- WHAT TO PRODUCE
Reproduce only the top of the records, down to and including the line containing "#144=IFCINDEXEDPOLYGONALFACE((2,6,8,4));".

- ENTRIES SHOWN
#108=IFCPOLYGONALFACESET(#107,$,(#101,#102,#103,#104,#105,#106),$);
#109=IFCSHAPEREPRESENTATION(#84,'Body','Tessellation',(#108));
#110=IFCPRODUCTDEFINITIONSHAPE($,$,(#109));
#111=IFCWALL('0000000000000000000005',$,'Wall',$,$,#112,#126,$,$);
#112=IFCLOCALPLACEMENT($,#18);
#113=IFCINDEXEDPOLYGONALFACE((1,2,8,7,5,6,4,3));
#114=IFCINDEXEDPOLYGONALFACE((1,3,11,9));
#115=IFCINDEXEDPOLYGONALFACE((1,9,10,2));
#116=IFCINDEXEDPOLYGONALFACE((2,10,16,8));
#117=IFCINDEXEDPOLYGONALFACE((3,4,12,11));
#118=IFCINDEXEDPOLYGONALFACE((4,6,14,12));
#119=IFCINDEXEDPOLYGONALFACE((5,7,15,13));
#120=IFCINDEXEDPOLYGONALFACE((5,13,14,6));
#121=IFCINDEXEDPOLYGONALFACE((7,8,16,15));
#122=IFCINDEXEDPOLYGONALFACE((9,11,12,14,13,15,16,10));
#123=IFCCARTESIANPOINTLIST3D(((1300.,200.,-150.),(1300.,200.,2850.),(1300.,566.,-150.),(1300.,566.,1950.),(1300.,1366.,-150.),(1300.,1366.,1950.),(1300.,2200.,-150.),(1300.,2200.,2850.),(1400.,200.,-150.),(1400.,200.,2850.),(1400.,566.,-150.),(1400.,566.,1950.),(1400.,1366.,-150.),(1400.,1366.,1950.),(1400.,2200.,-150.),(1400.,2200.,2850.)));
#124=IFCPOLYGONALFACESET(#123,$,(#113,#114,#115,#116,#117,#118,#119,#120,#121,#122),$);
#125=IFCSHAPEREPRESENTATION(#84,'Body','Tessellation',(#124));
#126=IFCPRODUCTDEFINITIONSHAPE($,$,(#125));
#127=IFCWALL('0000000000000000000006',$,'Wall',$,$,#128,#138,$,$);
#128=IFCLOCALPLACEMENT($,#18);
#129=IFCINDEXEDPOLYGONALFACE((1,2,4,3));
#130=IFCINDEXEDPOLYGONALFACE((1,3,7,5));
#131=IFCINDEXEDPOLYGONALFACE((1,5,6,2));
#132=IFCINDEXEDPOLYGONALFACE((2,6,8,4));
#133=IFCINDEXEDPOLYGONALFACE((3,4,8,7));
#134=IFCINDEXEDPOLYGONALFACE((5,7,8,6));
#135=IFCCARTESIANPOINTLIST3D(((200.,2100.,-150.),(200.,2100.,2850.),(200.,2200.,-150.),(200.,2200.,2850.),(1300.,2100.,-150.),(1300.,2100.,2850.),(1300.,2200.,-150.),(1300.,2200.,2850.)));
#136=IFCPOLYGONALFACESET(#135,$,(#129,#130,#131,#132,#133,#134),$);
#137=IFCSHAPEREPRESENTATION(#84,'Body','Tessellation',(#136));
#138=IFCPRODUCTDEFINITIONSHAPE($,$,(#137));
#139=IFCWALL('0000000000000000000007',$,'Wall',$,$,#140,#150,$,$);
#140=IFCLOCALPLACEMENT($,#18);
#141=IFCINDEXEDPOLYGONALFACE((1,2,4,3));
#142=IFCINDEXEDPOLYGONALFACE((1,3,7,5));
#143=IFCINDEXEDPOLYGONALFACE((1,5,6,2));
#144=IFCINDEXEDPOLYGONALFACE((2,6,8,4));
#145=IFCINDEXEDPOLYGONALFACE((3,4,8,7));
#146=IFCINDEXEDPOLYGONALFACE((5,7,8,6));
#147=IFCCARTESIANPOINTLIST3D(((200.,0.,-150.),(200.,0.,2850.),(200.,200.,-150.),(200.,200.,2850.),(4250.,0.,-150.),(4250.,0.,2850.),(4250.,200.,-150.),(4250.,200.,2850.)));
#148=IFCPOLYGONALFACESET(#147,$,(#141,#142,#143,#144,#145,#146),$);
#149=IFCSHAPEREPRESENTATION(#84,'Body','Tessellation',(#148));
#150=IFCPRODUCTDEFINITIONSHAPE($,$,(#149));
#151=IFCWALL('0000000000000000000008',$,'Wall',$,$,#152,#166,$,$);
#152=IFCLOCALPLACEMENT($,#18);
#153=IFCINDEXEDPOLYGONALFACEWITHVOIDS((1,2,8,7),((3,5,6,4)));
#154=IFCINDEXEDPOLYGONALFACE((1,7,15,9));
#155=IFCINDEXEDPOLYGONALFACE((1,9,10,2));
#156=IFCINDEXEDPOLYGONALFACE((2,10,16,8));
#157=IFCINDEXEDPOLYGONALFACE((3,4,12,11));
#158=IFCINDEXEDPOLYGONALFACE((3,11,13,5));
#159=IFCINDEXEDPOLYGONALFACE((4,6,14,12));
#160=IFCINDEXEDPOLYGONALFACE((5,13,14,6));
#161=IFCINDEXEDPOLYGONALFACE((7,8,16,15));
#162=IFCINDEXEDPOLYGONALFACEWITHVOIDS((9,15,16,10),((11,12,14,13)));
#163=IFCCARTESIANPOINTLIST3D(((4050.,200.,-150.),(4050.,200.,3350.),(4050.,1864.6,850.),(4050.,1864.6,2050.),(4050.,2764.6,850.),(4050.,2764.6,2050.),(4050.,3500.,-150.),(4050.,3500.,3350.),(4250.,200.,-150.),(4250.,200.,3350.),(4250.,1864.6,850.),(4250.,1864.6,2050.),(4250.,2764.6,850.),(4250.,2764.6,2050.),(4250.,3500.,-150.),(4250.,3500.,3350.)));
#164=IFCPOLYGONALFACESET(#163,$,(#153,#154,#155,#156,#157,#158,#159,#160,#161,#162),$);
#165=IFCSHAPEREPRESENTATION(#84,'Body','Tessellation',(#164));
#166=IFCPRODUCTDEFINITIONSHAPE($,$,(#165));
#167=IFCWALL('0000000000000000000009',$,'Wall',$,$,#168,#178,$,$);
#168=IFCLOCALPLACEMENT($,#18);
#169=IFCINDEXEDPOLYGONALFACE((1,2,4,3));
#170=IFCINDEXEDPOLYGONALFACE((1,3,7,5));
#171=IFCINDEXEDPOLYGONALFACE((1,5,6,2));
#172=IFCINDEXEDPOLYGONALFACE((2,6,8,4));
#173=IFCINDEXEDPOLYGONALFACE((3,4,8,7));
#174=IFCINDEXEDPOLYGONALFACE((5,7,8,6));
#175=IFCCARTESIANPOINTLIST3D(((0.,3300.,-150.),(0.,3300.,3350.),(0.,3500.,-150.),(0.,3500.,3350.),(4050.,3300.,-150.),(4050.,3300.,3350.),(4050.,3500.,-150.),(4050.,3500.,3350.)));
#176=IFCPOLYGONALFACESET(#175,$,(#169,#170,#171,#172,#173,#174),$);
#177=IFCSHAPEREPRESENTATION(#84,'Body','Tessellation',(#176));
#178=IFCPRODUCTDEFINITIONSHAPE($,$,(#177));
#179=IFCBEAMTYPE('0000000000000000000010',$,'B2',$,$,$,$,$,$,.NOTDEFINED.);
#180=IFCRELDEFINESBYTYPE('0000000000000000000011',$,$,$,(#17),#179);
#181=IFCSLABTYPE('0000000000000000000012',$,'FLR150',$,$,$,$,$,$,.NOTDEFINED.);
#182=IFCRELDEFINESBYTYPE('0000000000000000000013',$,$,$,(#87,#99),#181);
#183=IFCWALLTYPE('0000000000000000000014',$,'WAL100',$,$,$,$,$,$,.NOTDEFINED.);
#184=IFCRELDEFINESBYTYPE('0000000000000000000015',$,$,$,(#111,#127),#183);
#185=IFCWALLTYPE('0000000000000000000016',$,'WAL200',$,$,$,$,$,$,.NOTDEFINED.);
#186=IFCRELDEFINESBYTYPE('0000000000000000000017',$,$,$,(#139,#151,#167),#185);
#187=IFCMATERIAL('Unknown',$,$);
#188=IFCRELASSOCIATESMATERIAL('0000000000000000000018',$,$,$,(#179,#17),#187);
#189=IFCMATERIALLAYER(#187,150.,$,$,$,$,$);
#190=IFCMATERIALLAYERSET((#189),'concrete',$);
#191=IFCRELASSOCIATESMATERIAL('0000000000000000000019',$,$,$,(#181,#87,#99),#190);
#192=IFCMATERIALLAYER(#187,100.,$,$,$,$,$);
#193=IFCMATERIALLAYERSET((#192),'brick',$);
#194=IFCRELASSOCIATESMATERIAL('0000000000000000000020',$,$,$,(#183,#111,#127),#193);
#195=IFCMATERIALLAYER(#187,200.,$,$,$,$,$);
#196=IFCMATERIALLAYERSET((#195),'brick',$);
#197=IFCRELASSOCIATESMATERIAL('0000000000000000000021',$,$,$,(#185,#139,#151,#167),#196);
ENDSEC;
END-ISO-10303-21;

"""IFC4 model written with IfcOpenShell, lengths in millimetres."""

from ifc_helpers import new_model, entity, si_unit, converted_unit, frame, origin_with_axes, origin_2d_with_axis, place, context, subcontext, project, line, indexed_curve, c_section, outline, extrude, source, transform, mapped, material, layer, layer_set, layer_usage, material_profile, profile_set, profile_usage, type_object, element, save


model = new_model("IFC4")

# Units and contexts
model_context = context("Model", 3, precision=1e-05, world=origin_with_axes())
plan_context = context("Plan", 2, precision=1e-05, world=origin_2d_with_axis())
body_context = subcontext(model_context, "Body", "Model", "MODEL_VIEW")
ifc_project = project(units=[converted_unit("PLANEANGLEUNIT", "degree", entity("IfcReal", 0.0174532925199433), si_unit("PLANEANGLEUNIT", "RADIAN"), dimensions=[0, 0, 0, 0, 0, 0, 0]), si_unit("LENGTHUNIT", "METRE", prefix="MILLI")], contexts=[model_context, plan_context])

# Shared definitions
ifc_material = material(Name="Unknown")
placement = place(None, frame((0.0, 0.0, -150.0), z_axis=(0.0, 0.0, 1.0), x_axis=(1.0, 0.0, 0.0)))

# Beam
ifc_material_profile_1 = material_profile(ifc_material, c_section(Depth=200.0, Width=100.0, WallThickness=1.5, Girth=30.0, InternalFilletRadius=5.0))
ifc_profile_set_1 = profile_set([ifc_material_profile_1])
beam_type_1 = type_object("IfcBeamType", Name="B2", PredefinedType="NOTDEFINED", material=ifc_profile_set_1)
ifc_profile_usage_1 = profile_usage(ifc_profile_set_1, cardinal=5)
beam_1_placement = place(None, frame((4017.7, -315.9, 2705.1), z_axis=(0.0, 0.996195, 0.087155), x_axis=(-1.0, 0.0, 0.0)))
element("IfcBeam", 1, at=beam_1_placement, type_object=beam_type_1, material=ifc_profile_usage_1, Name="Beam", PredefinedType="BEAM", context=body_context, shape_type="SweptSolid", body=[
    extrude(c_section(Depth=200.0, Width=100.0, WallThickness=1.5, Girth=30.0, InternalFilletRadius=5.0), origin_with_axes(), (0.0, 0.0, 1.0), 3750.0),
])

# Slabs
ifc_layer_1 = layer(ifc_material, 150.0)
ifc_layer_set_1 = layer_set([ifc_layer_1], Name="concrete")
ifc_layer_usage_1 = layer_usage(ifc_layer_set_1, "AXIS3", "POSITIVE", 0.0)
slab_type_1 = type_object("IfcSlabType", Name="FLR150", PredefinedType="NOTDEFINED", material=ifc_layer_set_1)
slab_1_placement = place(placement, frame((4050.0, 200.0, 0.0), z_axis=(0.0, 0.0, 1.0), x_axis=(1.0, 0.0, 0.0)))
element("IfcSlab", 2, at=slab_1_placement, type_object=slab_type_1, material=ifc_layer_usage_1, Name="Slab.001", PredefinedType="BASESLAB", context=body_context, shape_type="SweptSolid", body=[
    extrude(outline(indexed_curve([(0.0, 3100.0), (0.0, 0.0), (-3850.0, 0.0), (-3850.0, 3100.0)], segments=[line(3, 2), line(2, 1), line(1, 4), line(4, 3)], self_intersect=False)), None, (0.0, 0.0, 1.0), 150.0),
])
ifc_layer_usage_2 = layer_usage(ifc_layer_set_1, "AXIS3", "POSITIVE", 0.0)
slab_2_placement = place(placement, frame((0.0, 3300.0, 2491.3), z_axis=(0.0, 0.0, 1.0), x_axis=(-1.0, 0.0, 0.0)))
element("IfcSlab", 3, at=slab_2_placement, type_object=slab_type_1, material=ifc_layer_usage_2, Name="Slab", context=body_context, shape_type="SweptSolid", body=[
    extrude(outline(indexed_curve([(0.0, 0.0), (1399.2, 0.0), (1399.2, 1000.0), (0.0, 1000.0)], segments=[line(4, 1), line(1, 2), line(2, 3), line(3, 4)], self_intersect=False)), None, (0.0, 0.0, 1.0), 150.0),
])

- ANSWER BOX
#108=IFCPOLYGONALFACESET(#107,$,(#101,#102,#103,#104,#105,#106),$);
#109=IFCSHAPEREPRESENTATION(#84,'Body','Tessellation',(#108));
#110=IFCPRODUCTDEFINITIONSHAPE($,$,(#109));
#111=IFCWALL('0000000000000000000005',$,'Wall',$,$,#112,#126,$,$);
#112=IFCLOCALPLACEMENT($,#18);
#113=IFCINDEXEDPOLYGONALFACE((1,2,8,7,5,6,4,3));
#114=IFCINDEXEDPOLYGONALFACE((1,3,11,9));
#115=IFCINDEXEDPOLYGONALFACE((1,9,10,2));
#116=IFCINDEXEDPOLYGONALFACE((2,10,16,8));
#117=IFCINDEXEDPOLYGONALFACE((3,4,12,11));
#118=IFCINDEXEDPOLYGONALFACE((4,6,14,12));
#119=IFCINDEXEDPOLYGONALFACE((5,7,15,13));
#120=IFCINDEXEDPOLYGONALFACE((5,13,14,6));
#121=IFCINDEXEDPOLYGONALFACE((7,8,16,15));
#122=IFCINDEXEDPOLYGONALFACE((9,11,12,14,13,15,16,10));
#123=IFCCARTESIANPOINTLIST3D(((1300.,200.,-150.),(1300.,200.,2850.),(1300.,566.,-150.),(1300.,566.,1950.),(1300.,1366.,-150.),(1300.,1366.,1950.),(1300.,2200.,-150.),(1300.,2200.,2850.),(1400.,200.,-150.),(1400.,200.,2850.),(1400.,566.,-150.),(1400.,566.,1950.),(1400.,1366.,-150.),(1400.,1366.,1950.),(1400.,2200.,-150.),(1400.,2200.,2850.)));
#124=IFCPOLYGONALFACESET(#123,$,(#113,#114,#115,#116,#117,#118,#119,#120,#121,#122),$);
#125=IFCSHAPEREPRESENTATION(#84,'Body','Tessellation',(#124));
#126=IFCPRODUCTDEFINITIONSHAPE($,$,(#125));
#127=IFCWALL('0000000000000000000006',$,'Wall',$,$,#128,#138,$,$);
#128=IFCLOCALPLACEMENT($,#18);
#129=IFCINDEXEDPOLYGONALFACE((1,2,4,3));
#130=IFCINDEXEDPOLYGONALFACE((1,3,7,5));
#131=IFCINDEXEDPOLYGONALFACE((1,5,6,2));
#132=IFCINDEXEDPOLYGONALFACE((2,6,8,4));
#133=IFCINDEXEDPOLYGONALFACE((3,4,8,7));
#134=IFCINDEXEDPOLYGONALFACE((5,7,8,6));
#135=IFCCARTESIANPOINTLIST3D(((200.,2100.,-150.),(200.,2100.,2850.),(200.,2200.,-150.),(200.,2200.,2850.),(1300.,2100.,-150.),(1300.,2100.,2850.),(1300.,2200.,-150.),(1300.,2200.,2850.)));
#136=IFCPOLYGONALFACESET(#135,$,(#129,#130,#131,#132,#133,#134),$);
#137=IFCSHAPEREPRESENTATION(#84,'Body','Tessellation',(#136));
#138=IFCPRODUCTDEFINITIONSHAPE($,$,(#137));
#139=IFCWALL('0000000000000000000007',$,'Wall',$,$,#140,#150,$,$);
#140=IFCLOCALPLACEMENT($,#18);
#141=IFCINDEXEDPOLYGONALFACE((1,2,4,3));
#142=IFCINDEXEDPOLYGONALFACE((1,3,7,5));
#143=IFCINDEXEDPOLYGONALFACE((1,5,6,2));
#144=IFCINDEXEDPOLYGONALFACE((2,6,8,4));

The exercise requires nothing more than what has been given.